> [TASK PROMPT]: List all lines of the data containing the word "IFCPRODUCTDEFINITIONSHAPE".

> [STUDY MATERIAL]:
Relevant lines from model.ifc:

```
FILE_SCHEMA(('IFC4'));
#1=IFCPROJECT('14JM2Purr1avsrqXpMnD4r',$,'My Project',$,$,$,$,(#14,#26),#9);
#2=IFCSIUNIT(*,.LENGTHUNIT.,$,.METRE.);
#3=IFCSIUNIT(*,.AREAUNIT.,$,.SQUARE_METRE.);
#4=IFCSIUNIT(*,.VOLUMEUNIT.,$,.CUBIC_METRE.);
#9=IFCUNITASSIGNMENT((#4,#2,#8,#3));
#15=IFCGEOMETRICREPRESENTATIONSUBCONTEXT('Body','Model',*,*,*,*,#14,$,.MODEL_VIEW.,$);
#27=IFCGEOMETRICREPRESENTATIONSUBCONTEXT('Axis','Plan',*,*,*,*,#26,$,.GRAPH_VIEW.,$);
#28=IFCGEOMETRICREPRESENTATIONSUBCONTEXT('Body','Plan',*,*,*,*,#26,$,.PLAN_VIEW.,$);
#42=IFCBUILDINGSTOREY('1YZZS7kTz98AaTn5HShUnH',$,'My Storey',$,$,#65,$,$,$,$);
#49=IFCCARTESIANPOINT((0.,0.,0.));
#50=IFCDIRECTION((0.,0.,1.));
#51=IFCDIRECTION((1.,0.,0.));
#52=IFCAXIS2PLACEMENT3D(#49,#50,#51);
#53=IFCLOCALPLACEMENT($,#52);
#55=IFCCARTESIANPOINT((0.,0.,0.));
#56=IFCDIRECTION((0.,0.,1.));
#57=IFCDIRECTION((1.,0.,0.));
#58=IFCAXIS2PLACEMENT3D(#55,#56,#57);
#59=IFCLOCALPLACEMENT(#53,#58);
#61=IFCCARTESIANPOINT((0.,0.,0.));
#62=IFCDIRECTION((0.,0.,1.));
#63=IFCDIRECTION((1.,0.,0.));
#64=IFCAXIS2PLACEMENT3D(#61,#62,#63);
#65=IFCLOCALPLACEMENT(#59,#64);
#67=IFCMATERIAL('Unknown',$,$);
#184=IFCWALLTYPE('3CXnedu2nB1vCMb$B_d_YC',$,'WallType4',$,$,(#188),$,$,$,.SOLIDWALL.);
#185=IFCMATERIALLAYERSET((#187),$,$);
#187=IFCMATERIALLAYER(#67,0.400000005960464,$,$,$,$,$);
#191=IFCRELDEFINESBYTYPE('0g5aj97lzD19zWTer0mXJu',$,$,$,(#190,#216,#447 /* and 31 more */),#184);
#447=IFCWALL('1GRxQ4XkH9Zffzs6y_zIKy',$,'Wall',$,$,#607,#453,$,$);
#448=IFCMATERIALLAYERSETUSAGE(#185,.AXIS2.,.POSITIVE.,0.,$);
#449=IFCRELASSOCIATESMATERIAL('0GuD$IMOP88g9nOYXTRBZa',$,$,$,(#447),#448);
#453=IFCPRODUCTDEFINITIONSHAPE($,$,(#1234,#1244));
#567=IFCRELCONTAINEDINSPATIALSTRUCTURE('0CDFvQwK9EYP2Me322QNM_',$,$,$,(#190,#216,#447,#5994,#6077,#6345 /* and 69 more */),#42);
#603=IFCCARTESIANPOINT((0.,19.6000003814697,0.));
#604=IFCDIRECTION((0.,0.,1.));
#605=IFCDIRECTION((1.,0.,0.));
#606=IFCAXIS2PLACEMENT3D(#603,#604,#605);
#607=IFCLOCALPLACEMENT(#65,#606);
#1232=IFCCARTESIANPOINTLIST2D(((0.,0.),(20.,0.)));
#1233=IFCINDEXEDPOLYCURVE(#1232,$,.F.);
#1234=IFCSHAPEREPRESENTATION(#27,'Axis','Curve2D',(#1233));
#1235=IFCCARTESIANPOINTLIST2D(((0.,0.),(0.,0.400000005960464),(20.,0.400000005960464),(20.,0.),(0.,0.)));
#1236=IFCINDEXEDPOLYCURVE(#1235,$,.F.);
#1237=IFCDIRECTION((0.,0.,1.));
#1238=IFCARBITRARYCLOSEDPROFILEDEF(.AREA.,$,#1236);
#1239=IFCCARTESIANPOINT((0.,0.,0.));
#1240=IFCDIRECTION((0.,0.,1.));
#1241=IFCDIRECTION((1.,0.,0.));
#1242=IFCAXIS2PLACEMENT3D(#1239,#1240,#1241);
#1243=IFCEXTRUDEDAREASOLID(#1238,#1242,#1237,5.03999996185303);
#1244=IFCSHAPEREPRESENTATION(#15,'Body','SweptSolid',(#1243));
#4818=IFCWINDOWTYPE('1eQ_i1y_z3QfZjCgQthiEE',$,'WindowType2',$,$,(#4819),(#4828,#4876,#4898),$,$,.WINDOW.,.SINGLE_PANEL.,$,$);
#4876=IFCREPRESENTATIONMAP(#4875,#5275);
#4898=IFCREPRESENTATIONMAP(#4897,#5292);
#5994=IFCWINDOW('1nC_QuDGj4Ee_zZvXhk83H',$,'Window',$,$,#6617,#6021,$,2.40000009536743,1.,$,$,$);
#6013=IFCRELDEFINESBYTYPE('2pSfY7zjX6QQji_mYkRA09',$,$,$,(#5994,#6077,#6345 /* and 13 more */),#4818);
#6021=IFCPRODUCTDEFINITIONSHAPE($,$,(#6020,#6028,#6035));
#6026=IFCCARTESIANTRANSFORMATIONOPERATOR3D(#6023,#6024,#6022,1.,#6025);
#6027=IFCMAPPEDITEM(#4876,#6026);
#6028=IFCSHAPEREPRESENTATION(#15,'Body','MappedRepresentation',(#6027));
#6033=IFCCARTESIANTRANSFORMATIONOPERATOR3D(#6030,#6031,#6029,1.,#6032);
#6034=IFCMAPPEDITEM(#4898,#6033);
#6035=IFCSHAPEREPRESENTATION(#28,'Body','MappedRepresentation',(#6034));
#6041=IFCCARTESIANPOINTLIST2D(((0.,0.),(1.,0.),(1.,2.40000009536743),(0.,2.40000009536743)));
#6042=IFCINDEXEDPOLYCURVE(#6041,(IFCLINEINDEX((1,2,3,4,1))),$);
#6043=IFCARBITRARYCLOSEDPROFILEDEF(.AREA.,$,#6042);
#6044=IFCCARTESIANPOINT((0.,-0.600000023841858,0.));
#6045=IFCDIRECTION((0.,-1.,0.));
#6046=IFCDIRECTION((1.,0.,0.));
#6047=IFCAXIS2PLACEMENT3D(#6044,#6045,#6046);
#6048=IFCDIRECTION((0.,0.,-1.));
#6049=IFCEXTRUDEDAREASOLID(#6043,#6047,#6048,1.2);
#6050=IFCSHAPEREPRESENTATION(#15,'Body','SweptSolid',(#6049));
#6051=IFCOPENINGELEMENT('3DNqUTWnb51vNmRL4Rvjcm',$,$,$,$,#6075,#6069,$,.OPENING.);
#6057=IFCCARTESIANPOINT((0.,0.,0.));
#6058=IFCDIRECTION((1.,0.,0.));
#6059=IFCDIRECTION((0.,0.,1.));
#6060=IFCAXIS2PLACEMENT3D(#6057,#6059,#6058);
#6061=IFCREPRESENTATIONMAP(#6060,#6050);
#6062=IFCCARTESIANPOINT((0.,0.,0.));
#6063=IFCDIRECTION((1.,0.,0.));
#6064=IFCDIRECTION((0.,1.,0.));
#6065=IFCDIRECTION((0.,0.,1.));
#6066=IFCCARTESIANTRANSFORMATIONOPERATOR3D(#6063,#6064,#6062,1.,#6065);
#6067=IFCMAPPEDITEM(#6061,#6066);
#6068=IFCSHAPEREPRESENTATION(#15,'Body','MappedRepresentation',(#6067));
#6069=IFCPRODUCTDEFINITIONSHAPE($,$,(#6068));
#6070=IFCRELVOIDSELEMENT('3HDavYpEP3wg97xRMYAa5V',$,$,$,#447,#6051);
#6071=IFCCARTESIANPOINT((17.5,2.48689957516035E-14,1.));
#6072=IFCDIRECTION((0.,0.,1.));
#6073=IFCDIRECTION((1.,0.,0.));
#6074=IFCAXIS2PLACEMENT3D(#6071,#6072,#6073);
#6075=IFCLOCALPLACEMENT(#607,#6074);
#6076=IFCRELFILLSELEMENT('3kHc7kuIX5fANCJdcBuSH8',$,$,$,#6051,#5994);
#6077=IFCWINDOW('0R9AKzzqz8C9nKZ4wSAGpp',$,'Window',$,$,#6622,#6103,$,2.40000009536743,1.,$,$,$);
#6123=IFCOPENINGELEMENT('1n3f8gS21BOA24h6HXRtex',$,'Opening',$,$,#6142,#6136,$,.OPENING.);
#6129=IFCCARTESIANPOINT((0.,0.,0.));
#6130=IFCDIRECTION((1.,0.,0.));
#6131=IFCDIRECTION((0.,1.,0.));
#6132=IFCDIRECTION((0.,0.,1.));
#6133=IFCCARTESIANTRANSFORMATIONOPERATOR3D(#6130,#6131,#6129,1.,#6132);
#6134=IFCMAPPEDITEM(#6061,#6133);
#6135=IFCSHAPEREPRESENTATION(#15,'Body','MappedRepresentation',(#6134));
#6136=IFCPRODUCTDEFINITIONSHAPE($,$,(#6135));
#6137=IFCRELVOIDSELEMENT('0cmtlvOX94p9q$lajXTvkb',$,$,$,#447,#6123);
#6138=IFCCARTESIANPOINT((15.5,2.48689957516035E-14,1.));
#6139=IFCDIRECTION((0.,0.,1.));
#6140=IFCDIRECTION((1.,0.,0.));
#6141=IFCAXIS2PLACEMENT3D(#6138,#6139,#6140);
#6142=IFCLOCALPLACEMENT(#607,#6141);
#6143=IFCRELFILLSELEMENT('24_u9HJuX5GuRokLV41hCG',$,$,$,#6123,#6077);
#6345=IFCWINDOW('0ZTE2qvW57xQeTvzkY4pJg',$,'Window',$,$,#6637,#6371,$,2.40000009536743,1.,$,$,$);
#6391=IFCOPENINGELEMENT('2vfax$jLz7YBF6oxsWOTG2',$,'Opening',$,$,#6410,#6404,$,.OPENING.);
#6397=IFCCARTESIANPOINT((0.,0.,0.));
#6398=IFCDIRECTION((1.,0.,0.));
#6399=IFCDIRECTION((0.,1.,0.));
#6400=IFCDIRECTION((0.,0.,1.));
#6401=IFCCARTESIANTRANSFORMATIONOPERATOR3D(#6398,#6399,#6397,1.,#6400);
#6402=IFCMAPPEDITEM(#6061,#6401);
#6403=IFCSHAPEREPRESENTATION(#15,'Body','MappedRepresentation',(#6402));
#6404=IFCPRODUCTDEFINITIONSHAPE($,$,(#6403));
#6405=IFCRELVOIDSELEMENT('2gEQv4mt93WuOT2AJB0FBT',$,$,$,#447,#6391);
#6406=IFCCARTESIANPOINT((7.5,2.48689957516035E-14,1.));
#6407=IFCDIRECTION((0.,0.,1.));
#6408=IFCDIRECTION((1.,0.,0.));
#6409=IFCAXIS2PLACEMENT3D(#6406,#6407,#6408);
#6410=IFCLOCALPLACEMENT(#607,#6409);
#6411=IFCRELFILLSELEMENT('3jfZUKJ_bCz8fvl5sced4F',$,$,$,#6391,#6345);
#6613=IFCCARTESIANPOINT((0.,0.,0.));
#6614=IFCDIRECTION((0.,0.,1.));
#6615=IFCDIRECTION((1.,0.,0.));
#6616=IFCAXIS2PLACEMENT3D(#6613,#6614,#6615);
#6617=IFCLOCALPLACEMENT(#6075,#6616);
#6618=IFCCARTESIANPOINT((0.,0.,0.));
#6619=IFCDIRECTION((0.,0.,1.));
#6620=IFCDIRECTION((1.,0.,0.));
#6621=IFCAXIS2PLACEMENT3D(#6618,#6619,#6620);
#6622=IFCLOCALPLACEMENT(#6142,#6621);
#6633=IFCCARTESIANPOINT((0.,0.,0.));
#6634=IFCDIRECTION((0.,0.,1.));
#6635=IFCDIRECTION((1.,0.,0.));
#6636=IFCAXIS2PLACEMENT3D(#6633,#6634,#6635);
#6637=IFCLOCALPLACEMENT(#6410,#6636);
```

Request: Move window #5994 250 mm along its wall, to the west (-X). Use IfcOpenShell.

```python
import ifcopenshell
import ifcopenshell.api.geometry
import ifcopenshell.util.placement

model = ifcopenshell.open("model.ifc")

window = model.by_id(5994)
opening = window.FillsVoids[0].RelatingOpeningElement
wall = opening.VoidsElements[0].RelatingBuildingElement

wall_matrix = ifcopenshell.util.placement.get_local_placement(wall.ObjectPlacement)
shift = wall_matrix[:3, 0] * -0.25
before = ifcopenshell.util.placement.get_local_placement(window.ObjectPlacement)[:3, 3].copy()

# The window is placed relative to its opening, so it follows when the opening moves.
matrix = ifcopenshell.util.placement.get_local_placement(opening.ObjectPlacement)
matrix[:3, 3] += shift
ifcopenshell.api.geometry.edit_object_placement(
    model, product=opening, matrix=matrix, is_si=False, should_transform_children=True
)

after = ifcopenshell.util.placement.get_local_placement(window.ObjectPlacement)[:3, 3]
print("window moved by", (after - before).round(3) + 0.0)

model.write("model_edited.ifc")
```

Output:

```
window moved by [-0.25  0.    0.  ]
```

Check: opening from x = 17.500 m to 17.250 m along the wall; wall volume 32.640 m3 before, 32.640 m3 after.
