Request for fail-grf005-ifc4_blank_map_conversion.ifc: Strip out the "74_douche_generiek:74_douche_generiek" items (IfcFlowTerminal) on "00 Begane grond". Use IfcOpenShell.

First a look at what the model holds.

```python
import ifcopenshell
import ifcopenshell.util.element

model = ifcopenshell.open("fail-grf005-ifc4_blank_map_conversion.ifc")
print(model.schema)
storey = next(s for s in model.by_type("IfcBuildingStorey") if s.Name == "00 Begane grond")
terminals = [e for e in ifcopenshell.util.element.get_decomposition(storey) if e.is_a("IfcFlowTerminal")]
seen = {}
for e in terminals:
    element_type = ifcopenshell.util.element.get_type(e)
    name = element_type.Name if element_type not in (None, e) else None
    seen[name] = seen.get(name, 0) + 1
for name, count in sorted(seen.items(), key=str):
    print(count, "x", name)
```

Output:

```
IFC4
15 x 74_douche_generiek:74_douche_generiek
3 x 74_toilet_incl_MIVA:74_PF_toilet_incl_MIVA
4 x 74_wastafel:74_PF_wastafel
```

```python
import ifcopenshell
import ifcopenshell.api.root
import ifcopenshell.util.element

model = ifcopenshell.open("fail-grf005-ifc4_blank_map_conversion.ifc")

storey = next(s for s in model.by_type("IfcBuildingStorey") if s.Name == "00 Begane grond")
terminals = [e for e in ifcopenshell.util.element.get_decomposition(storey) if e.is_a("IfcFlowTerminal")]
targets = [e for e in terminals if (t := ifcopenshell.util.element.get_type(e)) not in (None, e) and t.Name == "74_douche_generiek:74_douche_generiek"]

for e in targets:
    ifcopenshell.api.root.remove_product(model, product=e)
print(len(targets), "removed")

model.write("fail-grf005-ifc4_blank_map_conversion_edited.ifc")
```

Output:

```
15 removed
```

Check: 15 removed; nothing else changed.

> [WRITTEN REPLY]:
#453=IFCPRODUCTDEFINITIONSHAPE($,$,(#1234,#1244));
#6021=IFCPRODUCTDEFINITIONSHAPE($,$,(#6020,#6028,#6035));
#6069=IFCPRODUCTDEFINITIONSHAPE($,$,(#6068));
#6136=IFCPRODUCTDEFINITIONSHAPE($,$,(#6135));
#6404=IFCPRODUCTDEFINITIONSHAPE($,$,(#6403));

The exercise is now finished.